In March 2021, we contracted with an investment management company to manage our cash in excess of current operating needs. We placed $2 million in cash equivalent accounts and $10 million in an interest-bearing account. At June 30, 2023, our funds with the investment management company were approximately $467 thousand and were invested in cash and cash equivalent accounts. A detail of the activity is described in Note 3 to our Consolidated Financial Statements.

On May 28, 2021, we entered into a Sales Agreement (the “Sales Agreement”) with A.G.P./Alliance Global Partners, as sales agent (the “Sales Agent”), pursuant to which we may offer and sell through or to the Sales Agent shares of our common stock (the “ATM Program”) up to an aggregate amount of gross proceeds of $14,611,900. During the year ended December 31, 2021 and through March 31, 2023, we did not issue any shares of common stock or receive any aggregate proceeds under the ATM Program, and we did not pay any commissions to the Sales Agent.

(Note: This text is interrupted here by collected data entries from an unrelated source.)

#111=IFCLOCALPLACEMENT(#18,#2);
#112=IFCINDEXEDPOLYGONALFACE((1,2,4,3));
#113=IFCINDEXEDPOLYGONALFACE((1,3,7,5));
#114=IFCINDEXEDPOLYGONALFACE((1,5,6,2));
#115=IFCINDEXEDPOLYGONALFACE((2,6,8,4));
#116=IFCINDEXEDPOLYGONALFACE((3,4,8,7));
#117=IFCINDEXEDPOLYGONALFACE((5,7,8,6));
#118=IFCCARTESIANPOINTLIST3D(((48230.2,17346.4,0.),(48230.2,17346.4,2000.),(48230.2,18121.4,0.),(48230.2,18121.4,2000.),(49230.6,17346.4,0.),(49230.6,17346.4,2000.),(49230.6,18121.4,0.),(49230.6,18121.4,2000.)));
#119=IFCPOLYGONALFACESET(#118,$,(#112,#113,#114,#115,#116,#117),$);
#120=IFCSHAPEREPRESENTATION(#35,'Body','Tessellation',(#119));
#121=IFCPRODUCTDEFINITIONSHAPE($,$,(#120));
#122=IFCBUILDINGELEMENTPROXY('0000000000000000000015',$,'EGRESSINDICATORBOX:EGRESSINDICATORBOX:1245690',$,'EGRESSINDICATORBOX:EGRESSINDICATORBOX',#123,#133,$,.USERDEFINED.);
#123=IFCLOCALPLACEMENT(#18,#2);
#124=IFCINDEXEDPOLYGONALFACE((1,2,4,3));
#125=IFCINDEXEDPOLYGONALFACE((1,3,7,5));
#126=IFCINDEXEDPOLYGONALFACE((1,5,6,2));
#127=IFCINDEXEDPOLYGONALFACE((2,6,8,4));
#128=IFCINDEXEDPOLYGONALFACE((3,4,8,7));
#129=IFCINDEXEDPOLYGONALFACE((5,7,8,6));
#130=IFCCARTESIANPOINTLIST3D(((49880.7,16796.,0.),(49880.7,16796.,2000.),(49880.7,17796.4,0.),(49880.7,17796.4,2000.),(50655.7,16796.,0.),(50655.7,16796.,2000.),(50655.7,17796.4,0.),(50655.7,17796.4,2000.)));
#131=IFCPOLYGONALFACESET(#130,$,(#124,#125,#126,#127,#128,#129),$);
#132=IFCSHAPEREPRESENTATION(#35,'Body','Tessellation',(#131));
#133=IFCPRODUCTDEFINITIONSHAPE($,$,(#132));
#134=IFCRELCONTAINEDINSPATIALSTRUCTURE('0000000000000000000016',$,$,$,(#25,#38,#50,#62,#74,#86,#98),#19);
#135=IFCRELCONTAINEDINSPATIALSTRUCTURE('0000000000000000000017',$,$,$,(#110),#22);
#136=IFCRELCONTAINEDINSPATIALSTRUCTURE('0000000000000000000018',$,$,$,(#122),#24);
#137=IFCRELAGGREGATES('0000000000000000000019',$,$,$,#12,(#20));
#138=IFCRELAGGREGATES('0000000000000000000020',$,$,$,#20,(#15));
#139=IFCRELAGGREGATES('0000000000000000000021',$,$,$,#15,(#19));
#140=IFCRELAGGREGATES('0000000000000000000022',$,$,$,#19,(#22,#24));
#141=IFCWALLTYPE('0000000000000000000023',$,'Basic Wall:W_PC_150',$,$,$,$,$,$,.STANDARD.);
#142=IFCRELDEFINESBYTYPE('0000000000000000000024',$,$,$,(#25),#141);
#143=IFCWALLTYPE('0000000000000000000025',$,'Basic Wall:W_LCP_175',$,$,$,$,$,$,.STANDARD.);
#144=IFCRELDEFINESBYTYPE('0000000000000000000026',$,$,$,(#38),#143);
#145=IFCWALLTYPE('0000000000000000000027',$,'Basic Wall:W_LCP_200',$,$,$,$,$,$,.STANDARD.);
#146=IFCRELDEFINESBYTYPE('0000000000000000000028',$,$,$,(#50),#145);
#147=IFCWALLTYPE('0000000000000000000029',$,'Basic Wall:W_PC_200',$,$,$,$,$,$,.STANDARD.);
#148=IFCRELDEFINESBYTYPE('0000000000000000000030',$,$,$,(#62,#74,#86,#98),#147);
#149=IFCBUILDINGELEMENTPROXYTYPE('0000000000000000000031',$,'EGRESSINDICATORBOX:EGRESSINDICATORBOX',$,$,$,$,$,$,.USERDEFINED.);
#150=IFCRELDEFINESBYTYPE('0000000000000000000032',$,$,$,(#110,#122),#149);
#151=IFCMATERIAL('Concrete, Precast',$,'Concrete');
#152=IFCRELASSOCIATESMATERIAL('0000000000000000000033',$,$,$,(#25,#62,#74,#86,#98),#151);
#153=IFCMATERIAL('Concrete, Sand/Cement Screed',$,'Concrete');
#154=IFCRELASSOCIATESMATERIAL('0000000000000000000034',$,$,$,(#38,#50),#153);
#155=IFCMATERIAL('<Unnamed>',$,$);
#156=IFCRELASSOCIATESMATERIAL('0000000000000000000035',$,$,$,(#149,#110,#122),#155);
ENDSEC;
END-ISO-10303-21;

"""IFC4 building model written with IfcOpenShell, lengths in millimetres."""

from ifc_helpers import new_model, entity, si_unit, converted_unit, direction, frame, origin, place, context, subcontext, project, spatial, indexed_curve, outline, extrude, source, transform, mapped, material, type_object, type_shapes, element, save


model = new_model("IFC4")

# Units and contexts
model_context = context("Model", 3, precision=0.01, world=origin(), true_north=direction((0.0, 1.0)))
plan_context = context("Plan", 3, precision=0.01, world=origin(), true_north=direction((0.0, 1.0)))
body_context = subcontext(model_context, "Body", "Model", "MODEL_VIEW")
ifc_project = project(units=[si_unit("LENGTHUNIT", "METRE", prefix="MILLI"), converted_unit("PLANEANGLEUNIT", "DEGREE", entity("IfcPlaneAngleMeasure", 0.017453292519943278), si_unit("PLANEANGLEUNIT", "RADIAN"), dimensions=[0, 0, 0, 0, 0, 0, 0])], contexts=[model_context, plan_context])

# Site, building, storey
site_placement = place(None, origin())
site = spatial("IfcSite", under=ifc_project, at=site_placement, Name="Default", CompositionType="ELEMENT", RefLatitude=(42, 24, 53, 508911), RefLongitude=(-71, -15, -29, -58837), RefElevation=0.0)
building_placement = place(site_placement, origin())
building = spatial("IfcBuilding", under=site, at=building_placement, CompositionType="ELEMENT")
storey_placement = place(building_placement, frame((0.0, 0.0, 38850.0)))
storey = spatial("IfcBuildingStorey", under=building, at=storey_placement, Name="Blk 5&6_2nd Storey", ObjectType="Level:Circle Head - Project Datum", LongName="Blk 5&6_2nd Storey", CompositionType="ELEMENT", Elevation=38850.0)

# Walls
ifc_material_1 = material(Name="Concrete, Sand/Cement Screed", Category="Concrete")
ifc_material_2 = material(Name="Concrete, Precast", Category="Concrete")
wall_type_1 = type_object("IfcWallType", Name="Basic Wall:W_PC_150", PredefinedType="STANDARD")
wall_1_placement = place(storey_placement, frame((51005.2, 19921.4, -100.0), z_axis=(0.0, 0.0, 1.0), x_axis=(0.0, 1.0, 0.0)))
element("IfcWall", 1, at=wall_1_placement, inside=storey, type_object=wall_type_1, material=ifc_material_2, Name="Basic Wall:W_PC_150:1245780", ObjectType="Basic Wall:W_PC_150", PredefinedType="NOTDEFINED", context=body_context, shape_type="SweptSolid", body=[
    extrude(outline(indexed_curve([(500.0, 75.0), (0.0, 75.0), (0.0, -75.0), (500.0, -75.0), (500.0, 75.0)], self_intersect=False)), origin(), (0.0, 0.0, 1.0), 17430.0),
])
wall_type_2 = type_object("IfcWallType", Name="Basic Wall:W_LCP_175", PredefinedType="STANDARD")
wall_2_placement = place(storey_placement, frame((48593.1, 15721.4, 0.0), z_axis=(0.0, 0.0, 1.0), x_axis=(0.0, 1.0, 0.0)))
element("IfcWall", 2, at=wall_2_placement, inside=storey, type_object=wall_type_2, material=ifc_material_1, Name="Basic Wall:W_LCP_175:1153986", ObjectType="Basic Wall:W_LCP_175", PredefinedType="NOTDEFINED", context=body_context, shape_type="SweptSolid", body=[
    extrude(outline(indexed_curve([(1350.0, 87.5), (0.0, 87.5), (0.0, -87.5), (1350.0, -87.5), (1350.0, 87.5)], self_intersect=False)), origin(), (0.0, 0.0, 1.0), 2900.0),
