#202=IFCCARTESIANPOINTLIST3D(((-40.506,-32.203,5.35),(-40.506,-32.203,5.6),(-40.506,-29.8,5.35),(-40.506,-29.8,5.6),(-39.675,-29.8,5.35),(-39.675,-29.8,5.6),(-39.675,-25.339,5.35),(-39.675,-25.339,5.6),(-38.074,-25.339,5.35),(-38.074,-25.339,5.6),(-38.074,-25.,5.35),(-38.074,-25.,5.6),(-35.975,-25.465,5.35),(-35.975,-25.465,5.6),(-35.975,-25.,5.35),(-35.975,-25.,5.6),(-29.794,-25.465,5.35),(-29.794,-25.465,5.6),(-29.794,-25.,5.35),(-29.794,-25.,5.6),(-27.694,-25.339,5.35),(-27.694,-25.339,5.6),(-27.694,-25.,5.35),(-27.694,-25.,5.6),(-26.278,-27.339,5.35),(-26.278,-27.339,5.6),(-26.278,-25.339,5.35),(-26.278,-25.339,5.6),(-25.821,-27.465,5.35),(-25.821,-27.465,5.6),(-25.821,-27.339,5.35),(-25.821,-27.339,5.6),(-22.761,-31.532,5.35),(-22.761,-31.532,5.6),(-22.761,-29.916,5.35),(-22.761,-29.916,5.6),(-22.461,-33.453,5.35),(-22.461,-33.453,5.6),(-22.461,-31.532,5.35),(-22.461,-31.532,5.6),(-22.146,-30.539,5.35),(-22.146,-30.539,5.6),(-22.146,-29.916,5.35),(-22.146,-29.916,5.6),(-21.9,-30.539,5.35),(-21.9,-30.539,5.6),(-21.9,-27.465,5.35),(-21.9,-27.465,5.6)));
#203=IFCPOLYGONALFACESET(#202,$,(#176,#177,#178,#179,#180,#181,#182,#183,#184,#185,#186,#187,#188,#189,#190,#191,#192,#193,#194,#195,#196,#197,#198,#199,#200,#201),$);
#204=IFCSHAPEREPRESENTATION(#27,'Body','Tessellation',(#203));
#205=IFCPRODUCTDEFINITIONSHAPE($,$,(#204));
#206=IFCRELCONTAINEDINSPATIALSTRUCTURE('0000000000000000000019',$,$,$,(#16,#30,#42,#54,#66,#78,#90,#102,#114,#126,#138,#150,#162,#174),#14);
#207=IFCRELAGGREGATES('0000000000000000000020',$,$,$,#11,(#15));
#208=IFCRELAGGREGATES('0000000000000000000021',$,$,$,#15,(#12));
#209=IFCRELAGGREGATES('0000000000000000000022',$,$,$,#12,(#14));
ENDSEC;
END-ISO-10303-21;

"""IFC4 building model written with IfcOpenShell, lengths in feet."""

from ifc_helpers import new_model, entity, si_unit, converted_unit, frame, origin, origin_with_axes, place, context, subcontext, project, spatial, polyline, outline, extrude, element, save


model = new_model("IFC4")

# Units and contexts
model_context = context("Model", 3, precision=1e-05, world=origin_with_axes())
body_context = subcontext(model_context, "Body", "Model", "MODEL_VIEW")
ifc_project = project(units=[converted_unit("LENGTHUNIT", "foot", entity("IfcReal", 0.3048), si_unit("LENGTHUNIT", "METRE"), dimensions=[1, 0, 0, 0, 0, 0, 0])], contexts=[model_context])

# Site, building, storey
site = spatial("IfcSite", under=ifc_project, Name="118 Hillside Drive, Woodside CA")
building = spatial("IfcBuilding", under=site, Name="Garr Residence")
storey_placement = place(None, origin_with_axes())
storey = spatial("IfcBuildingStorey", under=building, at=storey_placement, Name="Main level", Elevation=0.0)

During the quarter ended June 30, 2023, we sold 173,558 shares for gross proceeds totaling $63,136 under the ATM Program and paid the Sales Agent a commission of $1,902.  Any shares of common stock offered and sold in the ATM Program will be issued pursuant to our universal shelf registration statement on Form S-3. The ATM Program will terminate upon (a) the election of the Sales Agent upon the occurrence of certain adverse events, (b) 10 days’ advance notice from one party to the other, or (c) the sale of the balance available under our Shelf Registration Statement. Under the terms of the Sales Agreement, the Sales Agent is entitled to a commission at a fixed rate of 3.0% of the gross proceeds from each sale of shares under the Sales Agreement.

 

We have focused our resources behind a plan to market our collective multi-channel advertising capabilities differentiated by our AI technology, the IntentKey, where we have a technology advantage and higher margins. If we are successful in implementing our plan, we expect to return to a positive cash flow from operations. However, there is no assurance that we will be able to achieve this objective.

 

Management plans to support the Company’s future operations and capital expenditures primarily through cash raised from the sale of stock in May 2023, cash generated from future operations and borrowings from the credit facility until reaching profitability. The credit facility is due upon demand and therefore there can be no assurances that sufficient borrowings will be available to support future operations until profitability is reached. We believe our current cash position and credit facility will be sufficient to sustain operations for at least the next twelve months from the date of this filing. If our plan to grow the IntentKey product is unsuccessful, we may need to fund operations through private or public sales of securities, debt financings or partnering/licensing transactions over the long term.

  

Customer concentration

 

For the three-month period ending June 30, 2023, three customers accounted for 78.6% of our overall revenue at 54.0%, 16.9% and 7.7% and for the six-month period ending June 30, 2023, 73.5% of our overall revenue at 42.5%, 20.4% and 10.6%, respectively. Those same three customers accounted for 47.3% of our gross accounts receivable balance as of June 30, 2023. As of December 31, 2022, the same customers accounted for 23.9% of our gross accounts receivable balance.